Your comments are right on,,, that the buy-out segment is growing dramatically, and leverage is an important element, with all the risks that leverage brings. And you are also correct on the Internal Rate of Return focus of private equity, and that goal of course means that more money returned, and returned faster, are the key elements by which they are measured by their limited partners. Those goals are not necessarily in line with goals for the overall health of the business--not necessarily contradictory, but one would like to see more synergy in the board room. I'm a big proponent of other elements of the business model, the business model for the individual company, not the VC's. And these elements would include things such as high level of commitment to quality; close working with the customers understand evolving needs and thus achieve new innovative products; very fair pay for all levels of employees, including stock options for all if it's appropriate; and basically having business strategies, objectives, and ethics that win the hearts and minds of the employees, etc, etc. Most VC's would not be as excited about some of these goals as a high quality senior management team for the business would be (I guess that comment is overly kind to most private equity people).

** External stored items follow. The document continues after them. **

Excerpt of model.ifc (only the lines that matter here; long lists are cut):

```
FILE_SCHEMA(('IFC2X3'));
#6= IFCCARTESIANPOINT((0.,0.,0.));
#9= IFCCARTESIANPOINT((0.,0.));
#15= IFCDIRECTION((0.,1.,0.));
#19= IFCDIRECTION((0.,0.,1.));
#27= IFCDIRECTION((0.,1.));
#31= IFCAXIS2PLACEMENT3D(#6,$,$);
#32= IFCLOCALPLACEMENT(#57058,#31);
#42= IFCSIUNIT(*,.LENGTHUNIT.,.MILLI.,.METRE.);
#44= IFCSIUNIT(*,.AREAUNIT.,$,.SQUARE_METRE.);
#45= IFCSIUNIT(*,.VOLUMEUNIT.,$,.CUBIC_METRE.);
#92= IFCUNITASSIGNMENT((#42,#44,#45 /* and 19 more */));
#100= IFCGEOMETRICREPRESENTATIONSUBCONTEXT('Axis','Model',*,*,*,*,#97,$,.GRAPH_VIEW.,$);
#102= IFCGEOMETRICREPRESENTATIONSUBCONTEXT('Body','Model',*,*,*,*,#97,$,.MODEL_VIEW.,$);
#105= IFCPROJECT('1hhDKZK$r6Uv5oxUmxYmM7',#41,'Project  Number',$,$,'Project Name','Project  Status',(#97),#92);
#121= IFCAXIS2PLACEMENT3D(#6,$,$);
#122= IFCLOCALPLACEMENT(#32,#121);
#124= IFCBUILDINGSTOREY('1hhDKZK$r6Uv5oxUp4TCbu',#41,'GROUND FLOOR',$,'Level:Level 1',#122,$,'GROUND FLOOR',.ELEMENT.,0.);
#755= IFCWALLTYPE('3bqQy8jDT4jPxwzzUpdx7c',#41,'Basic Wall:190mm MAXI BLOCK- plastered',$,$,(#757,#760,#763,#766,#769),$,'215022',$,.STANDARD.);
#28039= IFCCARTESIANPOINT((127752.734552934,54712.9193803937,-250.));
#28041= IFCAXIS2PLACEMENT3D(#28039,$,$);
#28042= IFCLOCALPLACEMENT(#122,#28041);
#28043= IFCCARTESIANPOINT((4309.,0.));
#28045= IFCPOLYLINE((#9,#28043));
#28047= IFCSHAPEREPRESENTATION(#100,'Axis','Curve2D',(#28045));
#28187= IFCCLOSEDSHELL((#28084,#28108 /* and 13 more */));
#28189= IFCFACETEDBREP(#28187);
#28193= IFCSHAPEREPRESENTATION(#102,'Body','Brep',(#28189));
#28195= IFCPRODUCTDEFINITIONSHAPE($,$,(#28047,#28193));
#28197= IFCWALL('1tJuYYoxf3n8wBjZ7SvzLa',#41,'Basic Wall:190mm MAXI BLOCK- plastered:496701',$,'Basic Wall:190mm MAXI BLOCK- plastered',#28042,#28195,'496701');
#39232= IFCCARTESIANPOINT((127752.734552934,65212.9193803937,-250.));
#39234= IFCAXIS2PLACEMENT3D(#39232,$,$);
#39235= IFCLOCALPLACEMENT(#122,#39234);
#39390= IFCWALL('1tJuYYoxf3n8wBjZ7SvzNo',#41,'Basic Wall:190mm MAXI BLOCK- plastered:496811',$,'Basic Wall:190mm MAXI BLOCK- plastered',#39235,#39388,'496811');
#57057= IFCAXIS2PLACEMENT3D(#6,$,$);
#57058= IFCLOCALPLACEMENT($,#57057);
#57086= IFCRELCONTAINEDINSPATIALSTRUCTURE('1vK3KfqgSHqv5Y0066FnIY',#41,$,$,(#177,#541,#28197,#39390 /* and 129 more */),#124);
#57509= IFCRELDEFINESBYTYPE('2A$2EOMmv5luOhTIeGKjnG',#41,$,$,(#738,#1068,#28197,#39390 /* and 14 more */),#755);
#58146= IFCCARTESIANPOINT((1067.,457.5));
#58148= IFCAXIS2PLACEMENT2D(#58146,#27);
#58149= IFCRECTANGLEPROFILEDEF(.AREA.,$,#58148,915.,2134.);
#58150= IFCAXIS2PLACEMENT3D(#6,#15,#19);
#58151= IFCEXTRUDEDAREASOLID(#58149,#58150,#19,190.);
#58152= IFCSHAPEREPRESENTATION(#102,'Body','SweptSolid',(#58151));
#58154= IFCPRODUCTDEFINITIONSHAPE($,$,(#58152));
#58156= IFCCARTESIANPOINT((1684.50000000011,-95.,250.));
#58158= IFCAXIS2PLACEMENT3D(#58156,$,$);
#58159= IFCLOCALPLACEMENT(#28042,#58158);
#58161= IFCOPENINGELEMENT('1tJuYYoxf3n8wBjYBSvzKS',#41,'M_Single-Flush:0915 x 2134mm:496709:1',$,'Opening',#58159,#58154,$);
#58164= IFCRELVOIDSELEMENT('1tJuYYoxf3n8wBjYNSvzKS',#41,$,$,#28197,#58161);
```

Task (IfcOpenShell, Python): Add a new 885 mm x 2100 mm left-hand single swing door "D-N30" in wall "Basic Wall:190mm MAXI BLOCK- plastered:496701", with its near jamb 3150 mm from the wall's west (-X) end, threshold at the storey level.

```python
import numpy as np
import ifcopenshell
import ifcopenshell.api.feature
import ifcopenshell.api.geometry
import ifcopenshell.api.root
import ifcopenshell.api.spatial
import ifcopenshell.api.type
import ifcopenshell.geom
import ifcopenshell.util.element
import ifcopenshell.util.placement
import ifcopenshell.util.representation
import ifcopenshell.util.shape
import ifcopenshell.util.unit

model = ifcopenshell.open("model.ifc")
unit_scale = ifcopenshell.util.unit.calculate_unit_scale(model)
settings = ifcopenshell.geom.settings()


def volume(element):
    """Net volume in cubic metres, openings subtracted."""
    shape = ifcopenshell.geom.create_shape(settings, element)
    return ifcopenshell.util.shape.get_volume(shape.geometry)


wall = model.by_guid("1tJuYYoxf3n8wBjZ7SvzLa")
storey = ifcopenshell.util.element.get_container(wall, ifc_class="IfcBuildingStorey")
context = ifcopenshell.util.representation.get_context(model, "Model", "Body", "MODEL_VIEW")
before = volume(wall)

width, height, from_end, sill = 0.885, 2.1, 3.15, 0.0  # metres

# The wall runs along its own X axis, and the end named is its -X end.
wall_shape = ifcopenshell.geom.create_shape(settings, wall)
x, y, z = ifcopenshell.util.shape.get_vertices(wall_shape.geometry).T
start = x.min() + from_end
face, thickness = float(y.min()), float(y.max() - y.min())
wall_matrix = ifcopenshell.util.placement.get_local_placement(wall.ObjectPlacement)
level = ifcopenshell.util.placement.get_local_placement(storey.ObjectPlacement)[2, 3]


def in_wall(x, y):
    """Placement at x, y metres in the wall's axes, at sill height."""
    matrix = wall_matrix.copy()
    matrix[:, 3] = wall_matrix @ np.array([x / unit_scale, y / unit_scale, 0.0, 1.0])
    matrix[2, 3] = level + sill / unit_scale
    return matrix


# Opening: a box that overshoots both wall faces by 50 mm.
opening = ifcopenshell.api.root.create_entity(model, ifc_class="IfcOpeningElement")
box = ifcopenshell.api.geometry.add_wall_representation(
    model, context=context, length=width, height=height, thickness=thickness + 0.1
)
ifcopenshell.api.geometry.assign_representation(model, product=opening, representation=box)
ifcopenshell.api.geometry.edit_object_placement(model, product=opening, matrix=in_wall(start, face - 0.05), is_si=False)
ifcopenshell.api.feature.add_feature(model, feature=opening, element=wall)

door = ifcopenshell.api.root.create_entity(model, ifc_class="IfcDoor", name="D-N30")
door.OverallWidth, door.OverallHeight = width / unit_scale, height / unit_scale
body = ifcopenshell.api.geometry.add_door_representation(
    model,
    context=context,
    overall_width=door.OverallWidth,
    overall_height=door.OverallHeight,
    operation_type="SINGLE_SWING_LEFT",
    lining_properties={"LiningDepth": thickness / unit_scale, "ThresholdDepth": thickness / unit_scale},
)
ifcopenshell.api.geometry.assign_representation(model, product=door, representation=body)
ifcopenshell.api.spatial.assign_container(model, products=[door], relating_structure=storey)
fills = ifcopenshell.api.feature.add_filling(model, opening=opening, element=door)
fills.OwnerHistory = door.OwnerHistory  # required in IFC2X3

# IFC2X3 keeps the operation on the door style.
style = ifcopenshell.api.root.create_entity(model, ifc_class="IfcDoorStyle", name="D-N30")
style.OperationType, style.ConstructionType = "SINGLE_SWING_LEFT", "NOTDEFINED"
style.ParameterTakesPrecedence = style.Sizeable = False
ifcopenshell.api.type.assign_type(model, related_objects=[door], relating_type=style)

# The lining spans the wall, so the door starts at the wall face.
ifcopenshell.api.geometry.edit_object_placement(model, product=door, matrix=in_wall(start, face), is_si=False)

after = volume(wall)

print(f"wall volume {before:.3f} -> {after:.3f} m3")

model.write("model_updated.ifc")
```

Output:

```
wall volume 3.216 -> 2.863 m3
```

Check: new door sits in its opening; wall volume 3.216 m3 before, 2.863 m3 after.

I'm unfamiliar with the public-private partnership concept in venture, but that would be an interesting model and discussion.
Do you have a rough idea of the total amount and public/private ratio?
As I understand, shareholder value is the king indicator of company's success. Morevoer, corporations are (kind of) legally oblidged to maximize shareholder's value, are they not? How is can be legally determined whether the board does its best? Can long-term success be easily lost in a collective drive for fast profit margins?
It sounds to me that gaining maximal profit for investors can put a lot of pressure on workers. Is there good evidence that this pressure is increasing? How long were Ford and General Motors were giving "generous" salaries to their workers?
Shareholder value is important in both settings. you point out that the private equity guys may be very short term because they want to make their money as quickly as possible, improve the company and sell it. Yet further up thread someone comments on the pressure on public companies to make quarterly projections, and points out the temptation to eschew the long term to improve the short.
you find good people and good leaders in both settings, imho, and the opposite as well. personally, I don't find a conflict between investor and employee goals. well motivated and well paid employees build unbelievable companies. and leadership, ceo's, should easily be able to make that point to investors,,,and drive for great results. there is not conflict with customers either--innovate, give them quality and service, and they will flock to you. this can be done by private companies and public companies. but it takes strong leadership with intellectual depth, good ethics and values--qualities not always easy to find, + a ton of other qualities.
The goals of investors, employees and customers might be similar, but basic impulses differ quite much.
One other naive question: when people speculatively buy shares in the market while the company is not issuing them, are they really "investing" in a technical sense? No new money comes to company's pocket, it is just appreciation of (presumably) growing value of the company, right?